EX-5.1 2 ex_104759.htm EXHIBIT 5.1 ex_104759.htm

Exhibit 5.1


February 8, 2018


Collectors Universe, Inc.

1921 E. Alton Avenue,

Santa Ana, California 92705




Registration Statement on Form S-8 for the Registration of Shares of Common Stock
under the
Collectors Universe, Inc. 2017 Equity Incentive Plan


Ladies and Gentlemen:


At your request, we have examined the Registration Statement on Form S-8 (the “Registration Statement”) being filed by Collectors Universe, Inc., a Delaware corporation (the “Company”), with the Securities and Exchange Commission in connection with the registration under the Securities Act of 1933, as amended, of an aggregate of up to 400,000 shares of the Company’s common stock, $.001 par value (“Common Stock”), reserved for issuance under the Company’s 2017 Equity Incentive Plan (the “2017 Plan”). We have examined the proceedings heretofore taken and are familiar with the additional proceedings proposed to be taken by the Company in connection with the authorization, issuance and sale of the securities referred to hereinabove.


Based on the foregoing, it is our opinion that the 400,000 shares of the Company’s Common Stock, when issued against full payment therefor in accordance with the respective terms and conditions of the 2017 Plan, will be legally and validly issued, fully paid and nonassessable.

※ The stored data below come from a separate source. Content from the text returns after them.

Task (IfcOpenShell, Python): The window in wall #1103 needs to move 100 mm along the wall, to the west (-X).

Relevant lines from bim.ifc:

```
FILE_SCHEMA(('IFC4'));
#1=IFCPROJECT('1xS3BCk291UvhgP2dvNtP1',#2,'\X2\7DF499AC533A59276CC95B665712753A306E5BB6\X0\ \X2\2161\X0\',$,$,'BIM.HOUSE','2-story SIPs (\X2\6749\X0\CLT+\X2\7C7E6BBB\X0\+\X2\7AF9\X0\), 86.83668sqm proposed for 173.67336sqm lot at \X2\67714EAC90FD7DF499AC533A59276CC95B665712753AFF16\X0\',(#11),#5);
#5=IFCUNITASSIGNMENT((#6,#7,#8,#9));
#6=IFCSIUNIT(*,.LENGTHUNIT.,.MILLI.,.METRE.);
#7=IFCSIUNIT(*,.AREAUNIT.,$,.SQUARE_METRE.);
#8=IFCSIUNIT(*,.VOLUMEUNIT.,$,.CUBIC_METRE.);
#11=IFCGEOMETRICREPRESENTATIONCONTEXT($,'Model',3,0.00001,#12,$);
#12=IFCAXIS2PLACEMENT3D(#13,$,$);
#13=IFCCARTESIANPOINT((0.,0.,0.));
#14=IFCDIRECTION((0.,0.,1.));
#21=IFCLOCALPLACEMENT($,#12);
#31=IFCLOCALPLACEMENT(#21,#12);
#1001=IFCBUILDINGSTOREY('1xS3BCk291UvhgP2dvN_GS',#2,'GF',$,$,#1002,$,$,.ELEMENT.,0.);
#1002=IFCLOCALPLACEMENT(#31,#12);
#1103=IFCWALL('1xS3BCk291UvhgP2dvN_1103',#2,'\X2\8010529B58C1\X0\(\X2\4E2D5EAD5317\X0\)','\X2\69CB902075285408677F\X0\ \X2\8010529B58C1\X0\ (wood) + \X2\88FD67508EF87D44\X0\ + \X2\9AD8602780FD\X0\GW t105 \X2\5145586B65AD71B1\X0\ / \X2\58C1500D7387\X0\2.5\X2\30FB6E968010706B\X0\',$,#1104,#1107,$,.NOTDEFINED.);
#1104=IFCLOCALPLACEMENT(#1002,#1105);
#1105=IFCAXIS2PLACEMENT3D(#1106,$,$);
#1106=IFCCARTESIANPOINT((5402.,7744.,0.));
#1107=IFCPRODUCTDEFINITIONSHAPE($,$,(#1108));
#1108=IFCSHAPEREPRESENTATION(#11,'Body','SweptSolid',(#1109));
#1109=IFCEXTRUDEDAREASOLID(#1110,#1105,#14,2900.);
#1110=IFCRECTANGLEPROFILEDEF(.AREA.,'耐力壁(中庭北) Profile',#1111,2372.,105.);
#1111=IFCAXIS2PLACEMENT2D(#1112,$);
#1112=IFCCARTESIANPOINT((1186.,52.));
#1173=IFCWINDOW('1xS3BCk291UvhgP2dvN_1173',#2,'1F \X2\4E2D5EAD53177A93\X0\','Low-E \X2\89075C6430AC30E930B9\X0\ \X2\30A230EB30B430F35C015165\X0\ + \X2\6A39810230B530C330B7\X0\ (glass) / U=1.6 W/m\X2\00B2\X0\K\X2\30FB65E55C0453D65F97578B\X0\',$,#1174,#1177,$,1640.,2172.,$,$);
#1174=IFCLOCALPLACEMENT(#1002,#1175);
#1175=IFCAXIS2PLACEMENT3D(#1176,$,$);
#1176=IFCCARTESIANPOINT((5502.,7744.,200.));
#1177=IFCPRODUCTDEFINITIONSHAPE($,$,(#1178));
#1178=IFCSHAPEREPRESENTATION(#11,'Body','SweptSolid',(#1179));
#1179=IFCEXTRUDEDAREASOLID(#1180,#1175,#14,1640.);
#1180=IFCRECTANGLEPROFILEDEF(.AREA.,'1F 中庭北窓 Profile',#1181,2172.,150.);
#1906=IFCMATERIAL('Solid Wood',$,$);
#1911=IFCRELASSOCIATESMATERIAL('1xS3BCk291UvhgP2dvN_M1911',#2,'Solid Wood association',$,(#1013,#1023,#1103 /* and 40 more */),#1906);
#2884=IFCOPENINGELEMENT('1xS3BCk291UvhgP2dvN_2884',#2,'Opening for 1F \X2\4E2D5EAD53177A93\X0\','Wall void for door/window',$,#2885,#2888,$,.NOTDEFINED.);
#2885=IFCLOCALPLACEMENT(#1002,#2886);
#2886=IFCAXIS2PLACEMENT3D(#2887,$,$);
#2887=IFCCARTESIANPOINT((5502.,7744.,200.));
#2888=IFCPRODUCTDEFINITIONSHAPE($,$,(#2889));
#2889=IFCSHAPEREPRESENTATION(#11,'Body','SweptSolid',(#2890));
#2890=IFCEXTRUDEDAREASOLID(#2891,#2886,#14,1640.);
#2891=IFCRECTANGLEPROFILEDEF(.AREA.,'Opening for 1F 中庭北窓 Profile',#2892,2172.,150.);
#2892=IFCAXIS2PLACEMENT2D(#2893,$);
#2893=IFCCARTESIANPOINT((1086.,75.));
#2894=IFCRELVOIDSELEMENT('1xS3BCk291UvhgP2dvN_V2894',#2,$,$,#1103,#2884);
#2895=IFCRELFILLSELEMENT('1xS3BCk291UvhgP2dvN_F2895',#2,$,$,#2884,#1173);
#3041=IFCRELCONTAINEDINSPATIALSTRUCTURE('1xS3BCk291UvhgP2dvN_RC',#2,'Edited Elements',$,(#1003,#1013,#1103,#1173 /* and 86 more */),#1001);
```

```python
import ifcopenshell
import ifcopenshell.api.geometry
import ifcopenshell.util.placement
import ifcopenshell.util.unit

model = ifcopenshell.open("bim.ifc")
unit_scale = ifcopenshell.util.unit.calculate_unit_scale(model)

window = model.by_id(1173)
opening = window.FillsVoids[0].RelatingOpeningElement
wall = opening.VoidsElements[0].RelatingBuildingElement

wall_matrix = ifcopenshell.util.placement.get_local_placement(wall.ObjectPlacement)
shift = wall_matrix[:3, 0] * -0.1 / unit_scale
before = ifcopenshell.util.placement.get_local_placement(window.ObjectPlacement)[:3, 3].copy()

# The window is not placed relative to its opening, so move both.
for product in (opening, window):
    matrix = ifcopenshell.util.placement.get_local_placement(product.ObjectPlacement)
    matrix[:3, 3] += shift
    ifcopenshell.api.geometry.edit_object_placement(model, product=product, matrix=matrix, is_si=False)

after = ifcopenshell.util.placement.get_local_placement(window.ObjectPlacement)[:3, 3]
print("window moved by", (after - before).round(3) + 0.0)

model.write("bim_rev.ifc")
```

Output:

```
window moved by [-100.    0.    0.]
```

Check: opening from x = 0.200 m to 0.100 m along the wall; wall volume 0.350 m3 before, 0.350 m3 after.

As you are aware, Ben A. Frydman, a shareholder of our firm, is the corporate secretary of the Company and owns a total of 20,582 shares of common stock of the Company, and other shareholders of our firm own a total of 3,450 shares of common stock of the Company.


We consent to the use of this opinion as an exhibit to the Registration Statement and further consent to the use of our name wherever appearing in the Registration Statement, including any amendments thereto.